Kazuki1450/Qwen3-1.7B-Base_csum_3_10_tok_dollars_1p0_0p0_1p0_grpo_42_rule
Kazuki1450/Qwen3-1.7B-Base_csum_3_10_tok_dollars_1p0_0p0_1p0_grpo_42_rule is a 2 billion parameter language model, fine-tuned from Qwen/Qwen3-1.7B-Base with a 32768 token context length. This model utilizes the GRPO (Gradient-based Reward Policy Optimization) method, known for enhancing mathematical reasoning in language models. It is specifically optimized for tasks requiring improved reasoning capabilities, building upon the base Qwen3 architecture.
Loading preview...
Model Overview
This model, Kazuki1450/Qwen3-1.7B-Base_csum_3_10_tok_dollars_1p0_0p0_1p0_grpo_42_rule, is a fine-tuned variant of the Qwen3-1.7B-Base architecture, featuring approximately 2 billion parameters and a substantial 32768 token context window. It was developed by Kazuki1450 and fine-tuned using the TRL library.

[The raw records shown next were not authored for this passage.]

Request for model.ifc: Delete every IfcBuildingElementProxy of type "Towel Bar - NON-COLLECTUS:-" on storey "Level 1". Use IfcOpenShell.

First a look at what the model holds.

```python
import ifcopenshell
import ifcopenshell.util.element

model = ifcopenshell.open("model.ifc")
print(model.schema)
storey = next(s for s in model.by_type("IfcBuildingStorey") if s.Name == "Level 1")
proxies = [e for e in ifcopenshell.util.element.get_decomposition(storey) if e.is_a("IfcBuildingElementProxy")]
seen = {}
for e in proxies:
    element_type = ifcopenshell.util.element.get_type(e)
    name = element_type.Name if element_type not in (None, e) else None
    seen[name] = seen.get(name, 0) + 1
for name, count in sorted(seen.items(), key=str):
    print(count, "x", name)
```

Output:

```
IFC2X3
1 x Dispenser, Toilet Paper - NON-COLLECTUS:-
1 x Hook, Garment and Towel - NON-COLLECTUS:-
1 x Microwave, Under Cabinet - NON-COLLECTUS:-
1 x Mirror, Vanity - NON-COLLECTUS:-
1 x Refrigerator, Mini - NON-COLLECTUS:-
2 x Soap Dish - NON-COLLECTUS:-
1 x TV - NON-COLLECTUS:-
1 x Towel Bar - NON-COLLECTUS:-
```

```python
import ifcopenshell
import ifcopenshell.api.root
import ifcopenshell.util.element

model = ifcopenshell.open("model.ifc")

storey = next(s for s in model.by_type("IfcBuildingStorey") if s.Name == "Level 1")
proxies = [e for e in ifcopenshell.util.element.get_decomposition(storey) if e.is_a("IfcBuildingElementProxy")]
targets = [e for e in proxies if (t := ifcopenshell.util.element.get_type(e)) not in (None, e) and t.Name == "Towel Bar - NON-COLLECTUS:-"]

for e in targets:
    ifcopenshell.api.root.remove_product(model, product=e)
print(len(targets), "removed")

model.write("model_updated.ifc")
```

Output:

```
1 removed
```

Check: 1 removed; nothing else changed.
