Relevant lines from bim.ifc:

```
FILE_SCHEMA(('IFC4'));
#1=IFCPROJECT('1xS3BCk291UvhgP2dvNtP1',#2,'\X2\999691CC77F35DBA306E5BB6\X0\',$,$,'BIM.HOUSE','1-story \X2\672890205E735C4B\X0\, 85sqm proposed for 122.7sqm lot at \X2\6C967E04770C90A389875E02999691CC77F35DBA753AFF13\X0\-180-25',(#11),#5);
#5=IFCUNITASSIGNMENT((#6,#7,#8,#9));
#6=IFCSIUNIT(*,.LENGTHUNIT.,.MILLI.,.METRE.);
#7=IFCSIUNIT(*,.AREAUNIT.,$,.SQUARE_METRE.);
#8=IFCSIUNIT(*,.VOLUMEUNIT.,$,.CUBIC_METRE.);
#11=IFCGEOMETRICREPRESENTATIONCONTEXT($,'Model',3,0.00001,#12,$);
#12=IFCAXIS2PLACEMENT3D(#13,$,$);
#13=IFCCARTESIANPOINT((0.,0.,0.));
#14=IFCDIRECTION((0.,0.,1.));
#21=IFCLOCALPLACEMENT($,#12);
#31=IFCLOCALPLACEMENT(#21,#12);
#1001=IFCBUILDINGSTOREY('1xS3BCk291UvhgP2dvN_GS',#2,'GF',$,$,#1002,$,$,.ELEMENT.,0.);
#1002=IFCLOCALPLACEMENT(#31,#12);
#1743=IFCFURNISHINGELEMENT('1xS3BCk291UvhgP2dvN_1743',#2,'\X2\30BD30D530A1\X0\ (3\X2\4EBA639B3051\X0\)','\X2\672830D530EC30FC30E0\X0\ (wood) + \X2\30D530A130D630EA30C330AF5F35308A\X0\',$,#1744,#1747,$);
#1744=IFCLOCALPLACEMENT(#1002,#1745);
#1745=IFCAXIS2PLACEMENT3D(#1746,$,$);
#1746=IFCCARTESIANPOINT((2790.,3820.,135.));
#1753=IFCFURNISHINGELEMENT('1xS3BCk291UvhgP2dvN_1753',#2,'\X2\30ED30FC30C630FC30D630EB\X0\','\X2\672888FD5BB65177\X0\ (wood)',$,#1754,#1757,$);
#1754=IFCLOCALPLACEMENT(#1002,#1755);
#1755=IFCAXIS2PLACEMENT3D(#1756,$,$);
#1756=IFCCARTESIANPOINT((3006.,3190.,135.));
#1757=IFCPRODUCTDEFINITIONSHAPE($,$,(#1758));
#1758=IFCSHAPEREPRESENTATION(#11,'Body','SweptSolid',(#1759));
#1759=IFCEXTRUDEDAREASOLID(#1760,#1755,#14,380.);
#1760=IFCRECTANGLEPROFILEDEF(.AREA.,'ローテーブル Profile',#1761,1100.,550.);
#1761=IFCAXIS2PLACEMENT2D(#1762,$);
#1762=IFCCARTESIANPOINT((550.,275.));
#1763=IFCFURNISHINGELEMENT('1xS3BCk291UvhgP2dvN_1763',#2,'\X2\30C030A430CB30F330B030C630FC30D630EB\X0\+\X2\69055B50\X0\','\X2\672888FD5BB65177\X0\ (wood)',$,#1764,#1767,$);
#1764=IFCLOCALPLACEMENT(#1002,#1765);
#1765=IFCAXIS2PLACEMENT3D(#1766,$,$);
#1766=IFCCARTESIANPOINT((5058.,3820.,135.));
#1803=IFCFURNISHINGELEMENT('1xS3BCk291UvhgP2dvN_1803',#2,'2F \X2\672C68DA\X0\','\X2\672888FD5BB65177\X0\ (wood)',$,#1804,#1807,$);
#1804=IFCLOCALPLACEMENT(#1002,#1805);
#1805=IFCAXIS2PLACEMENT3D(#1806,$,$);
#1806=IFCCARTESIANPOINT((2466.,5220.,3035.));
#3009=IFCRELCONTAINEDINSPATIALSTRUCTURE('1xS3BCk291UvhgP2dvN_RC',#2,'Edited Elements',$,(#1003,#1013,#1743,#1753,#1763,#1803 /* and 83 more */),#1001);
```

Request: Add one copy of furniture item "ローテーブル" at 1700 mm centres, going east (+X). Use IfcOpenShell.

```python
import numpy as np
import ifcopenshell
import ifcopenshell.api.geometry
import ifcopenshell.api.root
import ifcopenshell.util.element
import ifcopenshell.util.placement

model = ifcopenshell.open("bim.ifc")


def reuse_history(source, copy):
    """copy_class also copies each property set's owner history, people and application; keep the originals."""
    for rel in copy.IsDefinedBy:
        if rel.is_a("IfcRelDefinesByProperties") and (history := rel.RelatingPropertyDefinition.OwnerHistory):
            rel.RelatingPropertyDefinition.OwnerHistory = source.OwnerHistory
            ifcopenshell.util.element.remove_deep2(model, history)


source = model.by_id(1753)
base = ifcopenshell.util.placement.get_local_placement(source.ObjectPlacement)
step = np.array([1.0, 0.0, 0.0]) * 1700.0

for i in range(1, 2):
    copy = ifcopenshell.api.root.copy_class(model, product=source)
    copy.Representation = ifcopenshell.util.element.copy_deep(
        model, source.Representation, exclude=["IfcGeometricRepresentationContext", "IfcRepresentationMap"]
    )
    reuse_history(source, copy)
    matrix = base.copy()
    matrix[:3, 3] += i * step
    print("added at", matrix[:3, 3].round(3) + 0.0)
    ifcopenshell.api.geometry.edit_object_placement(model, product=copy, matrix=matrix, is_si=False)

model.write("bim-out.ifc")
```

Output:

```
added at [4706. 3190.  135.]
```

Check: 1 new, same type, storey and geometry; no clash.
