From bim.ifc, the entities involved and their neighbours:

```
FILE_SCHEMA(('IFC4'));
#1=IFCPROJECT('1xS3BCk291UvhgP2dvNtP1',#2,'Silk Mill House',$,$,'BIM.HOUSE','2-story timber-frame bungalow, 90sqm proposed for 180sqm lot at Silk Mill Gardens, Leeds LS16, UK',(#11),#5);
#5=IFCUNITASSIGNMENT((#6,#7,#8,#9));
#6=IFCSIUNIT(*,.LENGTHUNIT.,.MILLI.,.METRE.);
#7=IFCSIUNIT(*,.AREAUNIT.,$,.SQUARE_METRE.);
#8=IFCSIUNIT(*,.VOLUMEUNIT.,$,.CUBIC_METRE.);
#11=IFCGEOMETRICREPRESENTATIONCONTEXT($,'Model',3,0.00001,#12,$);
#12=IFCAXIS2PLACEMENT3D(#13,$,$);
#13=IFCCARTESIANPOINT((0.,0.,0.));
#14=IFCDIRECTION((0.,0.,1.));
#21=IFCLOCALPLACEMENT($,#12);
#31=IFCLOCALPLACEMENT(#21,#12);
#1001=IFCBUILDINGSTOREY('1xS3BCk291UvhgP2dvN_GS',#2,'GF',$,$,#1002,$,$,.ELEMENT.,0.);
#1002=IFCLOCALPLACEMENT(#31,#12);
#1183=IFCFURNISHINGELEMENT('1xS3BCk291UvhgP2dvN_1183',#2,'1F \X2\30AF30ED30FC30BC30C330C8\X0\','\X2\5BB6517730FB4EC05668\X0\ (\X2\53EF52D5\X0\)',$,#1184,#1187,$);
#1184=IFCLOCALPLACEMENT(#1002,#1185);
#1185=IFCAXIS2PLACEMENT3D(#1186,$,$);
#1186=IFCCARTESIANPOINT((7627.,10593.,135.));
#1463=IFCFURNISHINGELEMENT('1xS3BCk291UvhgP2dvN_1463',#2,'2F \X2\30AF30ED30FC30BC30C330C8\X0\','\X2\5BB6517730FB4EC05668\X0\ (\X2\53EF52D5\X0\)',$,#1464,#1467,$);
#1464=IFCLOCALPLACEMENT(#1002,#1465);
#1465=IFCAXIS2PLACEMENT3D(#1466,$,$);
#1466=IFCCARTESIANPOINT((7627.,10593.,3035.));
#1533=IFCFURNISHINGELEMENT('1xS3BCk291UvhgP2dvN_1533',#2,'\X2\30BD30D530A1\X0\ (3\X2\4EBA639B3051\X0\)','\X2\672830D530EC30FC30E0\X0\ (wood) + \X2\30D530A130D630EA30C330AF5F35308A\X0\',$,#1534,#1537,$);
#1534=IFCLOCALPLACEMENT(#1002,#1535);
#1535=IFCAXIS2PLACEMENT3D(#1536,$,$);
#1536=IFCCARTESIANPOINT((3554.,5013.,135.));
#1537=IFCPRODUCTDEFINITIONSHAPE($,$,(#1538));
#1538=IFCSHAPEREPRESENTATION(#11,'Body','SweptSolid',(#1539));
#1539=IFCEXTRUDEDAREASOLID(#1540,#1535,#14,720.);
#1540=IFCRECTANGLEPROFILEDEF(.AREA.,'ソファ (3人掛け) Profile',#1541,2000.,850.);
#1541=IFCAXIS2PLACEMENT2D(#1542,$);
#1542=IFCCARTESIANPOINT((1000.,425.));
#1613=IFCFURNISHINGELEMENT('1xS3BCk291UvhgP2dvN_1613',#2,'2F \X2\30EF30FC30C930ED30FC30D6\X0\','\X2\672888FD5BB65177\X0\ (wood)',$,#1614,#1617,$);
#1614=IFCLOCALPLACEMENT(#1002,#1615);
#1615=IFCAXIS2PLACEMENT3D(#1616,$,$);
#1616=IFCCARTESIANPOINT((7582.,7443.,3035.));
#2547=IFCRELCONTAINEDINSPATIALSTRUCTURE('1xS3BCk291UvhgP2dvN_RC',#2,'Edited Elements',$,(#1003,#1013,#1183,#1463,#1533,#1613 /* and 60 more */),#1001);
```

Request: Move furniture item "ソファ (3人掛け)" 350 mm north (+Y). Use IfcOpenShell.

```python
import ifcopenshell
import ifcopenshell.api.geometry
import ifcopenshell.util.placement
import ifcopenshell.util.unit

model = ifcopenshell.open("bim.ifc")
unit_scale = ifcopenshell.util.unit.calculate_unit_scale(model)

item = model.by_guid("1xS3BCk291UvhgP2dvN_1533")
matrix = ifcopenshell.util.placement.get_local_placement(item.ObjectPlacement)
matrix[1, 3] += 0.35 / unit_scale
ifcopenshell.api.geometry.edit_object_placement(model, product=item, matrix=matrix, is_si=False)

print(ifcopenshell.util.placement.get_local_placement(item.ObjectPlacement).round(3) + 0.0)

model.write("bim_edited.ifc")
```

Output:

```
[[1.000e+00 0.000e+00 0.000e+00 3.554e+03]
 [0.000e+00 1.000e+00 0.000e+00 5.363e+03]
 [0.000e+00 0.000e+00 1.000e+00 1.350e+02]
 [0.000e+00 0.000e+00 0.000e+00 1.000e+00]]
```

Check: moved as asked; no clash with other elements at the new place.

Key Differentiator: GRPO Fine-tuning
A core aspect of this model is its training methodology, which incorporates GRPO (Gradient-based Reward Policy Optimization). This technique, detailed in the research paper "DeepSeekMath: Pushing the Limits of Mathematical Reasoning in Open Language Models," is designed to significantly enhance a model's mathematical reasoning abilities. By applying GRPO, this Qwen3-based model aims to improve performance on tasks that demand robust logical and mathematical processing.
Training Details
The model was trained using TRL (Transformers Reinforcement Learning) and leverages framework versions including TRL 0.29.0, Transformers 4.57.3, Pytorch 2.9.0, Datasets 4.0.0, and Tokenizers 0.22.1. The training process is publicly viewable via Weights & Biases.
Use Cases
Given its GRPO-enhanced training, this model is particularly well-suited for applications requiring:
- Mathematical problem-solving
- Logical reasoning tasks
- Complex analytical queries
Developers can quickly integrate the model using the provided transformers pipeline for text generation tasks.